** Opening INFORMATION block **

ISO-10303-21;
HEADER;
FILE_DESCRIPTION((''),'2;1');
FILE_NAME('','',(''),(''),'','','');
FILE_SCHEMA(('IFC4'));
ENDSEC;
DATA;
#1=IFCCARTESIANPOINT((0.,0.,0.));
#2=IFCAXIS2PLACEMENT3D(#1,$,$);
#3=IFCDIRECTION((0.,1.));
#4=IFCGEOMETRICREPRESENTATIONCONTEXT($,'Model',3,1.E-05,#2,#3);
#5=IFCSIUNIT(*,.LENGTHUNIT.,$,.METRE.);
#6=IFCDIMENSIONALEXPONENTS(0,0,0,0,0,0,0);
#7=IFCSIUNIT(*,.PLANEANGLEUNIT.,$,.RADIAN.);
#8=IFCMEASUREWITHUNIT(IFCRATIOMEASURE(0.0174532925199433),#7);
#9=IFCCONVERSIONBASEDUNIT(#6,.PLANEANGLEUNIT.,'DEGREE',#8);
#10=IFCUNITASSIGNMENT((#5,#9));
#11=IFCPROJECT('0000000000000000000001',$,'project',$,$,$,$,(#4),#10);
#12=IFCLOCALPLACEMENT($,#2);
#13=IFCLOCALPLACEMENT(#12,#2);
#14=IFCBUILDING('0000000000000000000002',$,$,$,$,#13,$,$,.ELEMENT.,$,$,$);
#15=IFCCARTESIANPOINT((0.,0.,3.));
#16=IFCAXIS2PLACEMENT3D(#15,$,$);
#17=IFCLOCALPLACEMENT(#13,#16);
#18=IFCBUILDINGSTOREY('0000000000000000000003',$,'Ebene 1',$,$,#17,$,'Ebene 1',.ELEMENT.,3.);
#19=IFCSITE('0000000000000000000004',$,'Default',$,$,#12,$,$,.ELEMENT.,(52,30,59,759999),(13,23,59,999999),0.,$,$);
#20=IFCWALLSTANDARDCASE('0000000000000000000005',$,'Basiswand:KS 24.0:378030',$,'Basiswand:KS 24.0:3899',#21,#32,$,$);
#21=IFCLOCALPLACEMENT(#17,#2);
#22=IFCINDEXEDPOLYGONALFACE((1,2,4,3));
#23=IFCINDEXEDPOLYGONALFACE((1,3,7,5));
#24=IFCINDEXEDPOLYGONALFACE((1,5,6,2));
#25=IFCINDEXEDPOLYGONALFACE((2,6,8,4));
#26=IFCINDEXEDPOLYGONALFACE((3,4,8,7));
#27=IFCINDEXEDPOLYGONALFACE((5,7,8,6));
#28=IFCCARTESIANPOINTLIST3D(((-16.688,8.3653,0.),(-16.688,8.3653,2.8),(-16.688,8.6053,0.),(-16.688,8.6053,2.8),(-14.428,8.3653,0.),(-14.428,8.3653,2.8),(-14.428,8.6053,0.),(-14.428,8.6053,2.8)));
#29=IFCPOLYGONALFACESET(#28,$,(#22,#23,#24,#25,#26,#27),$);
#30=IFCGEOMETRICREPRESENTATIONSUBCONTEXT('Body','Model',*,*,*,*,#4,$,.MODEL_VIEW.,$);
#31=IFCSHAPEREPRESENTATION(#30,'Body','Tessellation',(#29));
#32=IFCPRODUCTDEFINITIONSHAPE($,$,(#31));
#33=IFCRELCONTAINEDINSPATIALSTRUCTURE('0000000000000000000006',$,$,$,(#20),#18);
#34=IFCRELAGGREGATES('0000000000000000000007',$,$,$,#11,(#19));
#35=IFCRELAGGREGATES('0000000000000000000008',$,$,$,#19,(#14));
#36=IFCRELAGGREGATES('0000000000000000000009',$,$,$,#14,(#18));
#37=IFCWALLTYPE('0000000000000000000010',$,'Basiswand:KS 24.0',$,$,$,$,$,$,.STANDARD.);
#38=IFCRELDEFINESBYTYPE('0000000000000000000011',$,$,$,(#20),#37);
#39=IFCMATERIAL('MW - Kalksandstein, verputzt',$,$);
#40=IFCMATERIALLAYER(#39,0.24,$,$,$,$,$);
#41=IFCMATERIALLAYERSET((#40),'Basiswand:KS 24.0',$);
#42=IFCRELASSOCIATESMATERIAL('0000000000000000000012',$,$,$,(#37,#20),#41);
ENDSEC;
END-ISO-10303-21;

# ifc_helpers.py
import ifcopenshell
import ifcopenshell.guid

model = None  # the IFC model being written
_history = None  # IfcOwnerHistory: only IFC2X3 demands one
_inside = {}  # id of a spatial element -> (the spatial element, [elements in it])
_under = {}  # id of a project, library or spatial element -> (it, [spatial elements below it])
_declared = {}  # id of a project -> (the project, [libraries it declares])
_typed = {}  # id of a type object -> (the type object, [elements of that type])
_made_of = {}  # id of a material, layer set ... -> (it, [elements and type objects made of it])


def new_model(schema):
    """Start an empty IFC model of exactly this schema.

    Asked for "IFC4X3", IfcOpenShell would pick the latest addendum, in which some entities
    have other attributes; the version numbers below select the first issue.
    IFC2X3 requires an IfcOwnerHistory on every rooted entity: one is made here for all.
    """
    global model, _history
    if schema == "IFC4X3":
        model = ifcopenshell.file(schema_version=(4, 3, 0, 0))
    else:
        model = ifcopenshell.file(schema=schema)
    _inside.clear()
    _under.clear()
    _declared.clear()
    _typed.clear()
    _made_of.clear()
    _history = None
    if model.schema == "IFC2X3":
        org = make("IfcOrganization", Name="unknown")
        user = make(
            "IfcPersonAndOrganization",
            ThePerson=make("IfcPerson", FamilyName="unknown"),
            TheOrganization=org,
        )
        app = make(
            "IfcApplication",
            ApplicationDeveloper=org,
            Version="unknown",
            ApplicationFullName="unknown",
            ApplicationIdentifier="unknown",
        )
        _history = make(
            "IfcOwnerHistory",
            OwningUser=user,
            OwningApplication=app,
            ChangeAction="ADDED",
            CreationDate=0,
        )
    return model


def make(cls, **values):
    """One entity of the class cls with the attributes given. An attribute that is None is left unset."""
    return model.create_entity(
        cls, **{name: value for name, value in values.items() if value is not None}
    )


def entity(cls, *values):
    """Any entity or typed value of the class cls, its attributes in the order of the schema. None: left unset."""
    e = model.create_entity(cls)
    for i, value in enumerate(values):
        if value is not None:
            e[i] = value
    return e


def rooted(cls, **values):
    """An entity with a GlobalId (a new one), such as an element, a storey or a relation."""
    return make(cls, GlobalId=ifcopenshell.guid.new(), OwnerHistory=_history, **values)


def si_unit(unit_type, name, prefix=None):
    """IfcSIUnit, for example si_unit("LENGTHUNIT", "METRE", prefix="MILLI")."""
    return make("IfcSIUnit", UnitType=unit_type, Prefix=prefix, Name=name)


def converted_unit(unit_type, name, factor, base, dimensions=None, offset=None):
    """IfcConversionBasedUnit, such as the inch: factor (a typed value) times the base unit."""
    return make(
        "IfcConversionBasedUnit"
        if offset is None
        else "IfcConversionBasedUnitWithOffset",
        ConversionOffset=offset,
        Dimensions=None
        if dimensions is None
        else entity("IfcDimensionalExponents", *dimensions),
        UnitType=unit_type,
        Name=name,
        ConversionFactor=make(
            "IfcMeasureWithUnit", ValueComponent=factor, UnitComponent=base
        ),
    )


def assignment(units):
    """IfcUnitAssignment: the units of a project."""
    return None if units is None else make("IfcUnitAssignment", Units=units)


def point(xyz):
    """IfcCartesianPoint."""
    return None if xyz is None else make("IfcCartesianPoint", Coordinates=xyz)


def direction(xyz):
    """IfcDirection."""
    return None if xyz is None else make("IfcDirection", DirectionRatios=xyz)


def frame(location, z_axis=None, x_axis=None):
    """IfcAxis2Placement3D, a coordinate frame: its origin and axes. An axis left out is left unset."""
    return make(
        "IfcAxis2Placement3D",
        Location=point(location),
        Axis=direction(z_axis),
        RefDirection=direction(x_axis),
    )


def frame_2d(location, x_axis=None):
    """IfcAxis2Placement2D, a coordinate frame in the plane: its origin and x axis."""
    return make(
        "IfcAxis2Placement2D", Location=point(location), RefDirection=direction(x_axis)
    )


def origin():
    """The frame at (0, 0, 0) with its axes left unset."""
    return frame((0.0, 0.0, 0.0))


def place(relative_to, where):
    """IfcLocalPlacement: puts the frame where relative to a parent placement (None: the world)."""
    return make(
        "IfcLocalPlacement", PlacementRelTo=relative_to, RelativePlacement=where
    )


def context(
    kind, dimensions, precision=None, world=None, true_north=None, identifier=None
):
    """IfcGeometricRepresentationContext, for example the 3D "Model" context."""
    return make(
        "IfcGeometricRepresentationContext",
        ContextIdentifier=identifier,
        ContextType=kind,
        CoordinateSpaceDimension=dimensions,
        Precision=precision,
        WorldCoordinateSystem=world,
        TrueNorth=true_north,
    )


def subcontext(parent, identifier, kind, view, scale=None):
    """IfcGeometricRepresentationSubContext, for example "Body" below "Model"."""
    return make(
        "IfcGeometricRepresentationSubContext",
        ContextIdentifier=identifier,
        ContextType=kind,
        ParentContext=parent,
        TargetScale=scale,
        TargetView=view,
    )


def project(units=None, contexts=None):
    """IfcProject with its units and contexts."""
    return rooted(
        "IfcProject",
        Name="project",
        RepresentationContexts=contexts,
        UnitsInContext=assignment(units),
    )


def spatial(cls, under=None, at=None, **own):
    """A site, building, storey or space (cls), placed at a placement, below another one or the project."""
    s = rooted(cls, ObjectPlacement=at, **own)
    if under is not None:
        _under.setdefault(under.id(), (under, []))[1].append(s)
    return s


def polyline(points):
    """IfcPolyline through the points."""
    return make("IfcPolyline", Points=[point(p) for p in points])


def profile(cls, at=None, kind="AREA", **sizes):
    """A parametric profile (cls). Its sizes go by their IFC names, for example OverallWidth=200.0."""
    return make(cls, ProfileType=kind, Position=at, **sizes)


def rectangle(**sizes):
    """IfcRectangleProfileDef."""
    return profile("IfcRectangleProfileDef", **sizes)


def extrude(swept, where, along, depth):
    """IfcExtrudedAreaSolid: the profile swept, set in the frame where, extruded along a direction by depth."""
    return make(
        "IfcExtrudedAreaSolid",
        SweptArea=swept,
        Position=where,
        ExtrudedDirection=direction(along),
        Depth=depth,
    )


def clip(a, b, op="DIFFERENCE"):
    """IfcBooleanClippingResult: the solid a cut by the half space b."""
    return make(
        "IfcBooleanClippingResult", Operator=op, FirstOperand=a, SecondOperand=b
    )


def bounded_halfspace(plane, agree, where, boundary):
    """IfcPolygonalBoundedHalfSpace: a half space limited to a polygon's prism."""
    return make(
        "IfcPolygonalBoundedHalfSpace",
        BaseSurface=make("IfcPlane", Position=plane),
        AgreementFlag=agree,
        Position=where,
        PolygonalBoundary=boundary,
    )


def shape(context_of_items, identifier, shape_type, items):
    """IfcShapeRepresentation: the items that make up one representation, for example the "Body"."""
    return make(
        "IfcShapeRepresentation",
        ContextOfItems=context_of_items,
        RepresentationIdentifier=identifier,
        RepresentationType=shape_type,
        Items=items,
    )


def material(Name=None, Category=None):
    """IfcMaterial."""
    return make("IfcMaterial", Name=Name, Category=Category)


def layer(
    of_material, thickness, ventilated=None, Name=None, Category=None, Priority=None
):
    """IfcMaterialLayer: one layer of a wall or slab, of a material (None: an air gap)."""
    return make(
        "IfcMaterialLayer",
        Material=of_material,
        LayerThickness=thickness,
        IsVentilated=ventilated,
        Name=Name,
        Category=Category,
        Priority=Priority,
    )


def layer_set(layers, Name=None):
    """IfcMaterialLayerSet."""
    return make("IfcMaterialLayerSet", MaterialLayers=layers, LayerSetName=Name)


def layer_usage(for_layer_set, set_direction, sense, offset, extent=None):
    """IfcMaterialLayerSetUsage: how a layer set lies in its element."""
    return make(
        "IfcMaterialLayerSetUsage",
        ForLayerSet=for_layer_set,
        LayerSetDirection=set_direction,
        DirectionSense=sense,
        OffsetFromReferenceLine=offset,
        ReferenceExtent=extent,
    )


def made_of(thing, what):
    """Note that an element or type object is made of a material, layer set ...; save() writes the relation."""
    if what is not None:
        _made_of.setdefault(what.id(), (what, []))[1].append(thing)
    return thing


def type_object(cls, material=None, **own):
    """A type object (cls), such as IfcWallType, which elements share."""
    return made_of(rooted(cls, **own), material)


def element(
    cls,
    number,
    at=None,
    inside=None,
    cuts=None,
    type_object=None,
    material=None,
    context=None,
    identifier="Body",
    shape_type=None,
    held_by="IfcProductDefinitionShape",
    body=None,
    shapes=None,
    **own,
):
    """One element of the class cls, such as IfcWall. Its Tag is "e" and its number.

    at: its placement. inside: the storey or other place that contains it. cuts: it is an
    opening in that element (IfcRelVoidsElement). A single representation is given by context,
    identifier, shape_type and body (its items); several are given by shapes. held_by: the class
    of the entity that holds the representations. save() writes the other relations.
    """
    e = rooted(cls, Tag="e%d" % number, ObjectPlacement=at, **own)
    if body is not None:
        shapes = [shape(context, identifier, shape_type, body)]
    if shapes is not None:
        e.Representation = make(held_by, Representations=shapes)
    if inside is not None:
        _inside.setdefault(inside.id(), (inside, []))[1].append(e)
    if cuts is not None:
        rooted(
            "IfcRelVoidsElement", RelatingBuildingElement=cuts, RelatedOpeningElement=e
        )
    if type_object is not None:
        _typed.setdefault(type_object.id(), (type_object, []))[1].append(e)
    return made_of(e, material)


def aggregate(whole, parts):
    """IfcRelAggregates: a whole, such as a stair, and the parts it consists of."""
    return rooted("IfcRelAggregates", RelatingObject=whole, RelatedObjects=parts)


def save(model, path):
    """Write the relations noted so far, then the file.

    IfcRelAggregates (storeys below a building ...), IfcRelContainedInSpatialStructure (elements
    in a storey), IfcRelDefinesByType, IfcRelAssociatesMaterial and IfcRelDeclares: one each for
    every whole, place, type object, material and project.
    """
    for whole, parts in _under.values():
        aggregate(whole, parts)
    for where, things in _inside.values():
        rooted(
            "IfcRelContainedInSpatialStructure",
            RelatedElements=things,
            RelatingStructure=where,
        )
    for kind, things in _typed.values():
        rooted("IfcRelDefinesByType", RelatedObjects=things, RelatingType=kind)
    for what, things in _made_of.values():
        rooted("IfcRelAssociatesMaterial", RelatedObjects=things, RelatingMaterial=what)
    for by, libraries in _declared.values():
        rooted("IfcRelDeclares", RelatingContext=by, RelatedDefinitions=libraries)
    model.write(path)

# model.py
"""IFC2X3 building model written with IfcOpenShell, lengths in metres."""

from ifc_helpers import new_model, entity, si_unit, converted_unit, direction, frame, frame_2d, origin, place, context, subcontext, project, spatial, polyline, rectangle, extrude, clip, bounded_halfspace, material, layer, layer_set, layer_usage, type_object, element, save


model = new_model("IFC2X3")

# Units and contexts
model_context = context("Model", 3, precision=1e-05, world=origin(), true_north=direction((0.0, 1.0)))
body_context = subcontext(model_context, "Body", "Model", "MODEL_VIEW")
ifc_project = project(units=[si_unit("LENGTHUNIT", "METRE"), converted_unit("PLANEANGLEUNIT", "DEGREE", entity("IfcRatioMeasure", 0.0174532925199433), si_unit("PLANEANGLEUNIT", "RADIAN"), dimensions=[0, 0, 0, 0, 0, 0, 0])], contexts=[model_context])

# Site, building, storey
site_placement = place(None, origin())
site = spatial("IfcSite", under=ifc_project, at=site_placement, Name="Default", CompositionType="ELEMENT", RefLatitude=(52, 30, 59, 759999), RefLongitude=(13, 23, 59, 999999), RefElevation=0.0)
building_placement = place(site_placement, origin())
building = spatial("IfcBuilding", under=site, at=building_placement, CompositionType="ELEMENT")
storey_placement = place(building_placement, frame((0.0, 0.0, 3.0)))
storey = spatial("IfcBuildingStorey", under=building, at=storey_placement, Name="Ebene 1", LongName="Ebene 1", CompositionType="ELEMENT", Elevation=3.0)

# Shared definitions
ifc_material_1 = material(Name="MW - Kalksandstein, verputzt")
ifc_layer_1 = layer(ifc_material_1, 0.24)
ifc_layer_set_1 = layer_set([ifc_layer_1], Name="Basiswand:KS 24.0")
wall_type_1 = type_object("IfcWallType", Name="Basiswand:KS 24.0", PredefinedType="STANDARD", material=ifc_layer_set_1)

# Wall
ifc_layer_usage_1 = layer_usage(ifc_layer_set_1, "AXIS2", "NEGATIVE", 0.12)
wall_1_placement = place(storey_placement, frame((-16.688, 8.4853, 0.0)))
element("IfcWallStandardCase", 1, at=wall_1_placement, inside=storey, type_object=wall_type_1, material=ifc_layer_usage_1, Name="Basiswand:KS 24.0:378030", ObjectType="Basiswand:KS 24.0:3899", context=body_context, shape_type="Clipping", body=[
    clip(extrude(rectangle(XDim=2.26, YDim=0.24, at=frame_2d((1.13, 0.0), x_axis=(-1.0, 0.0))), origin(), (0.0, 0.0, 1.0), 2.8), bounded_halfspace(frame((0.0, -0.12, 2.8), z_axis=(0.0, 0.0, -1.0), x_axis=(-1.0, 0.0, 0.0)), True, frame((0.0, -0.12, 2.8)), polyline([(0.0, 0.0), (2.26, 0.0), (2.26, 0.24), (0.0, 0.24), (0.0, 0.0)]))),
])

save(model, "model.ifc")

** Closing INFORMATION block **

PROBLEM REQUIREMENTS -> Look for the word "extent" in the listing above, and copy every line where you find it.

TASK RESULT ->
def layer_usage(for_layer_set, set_direction, sense, offset, extent=None):
        ReferenceExtent=extent,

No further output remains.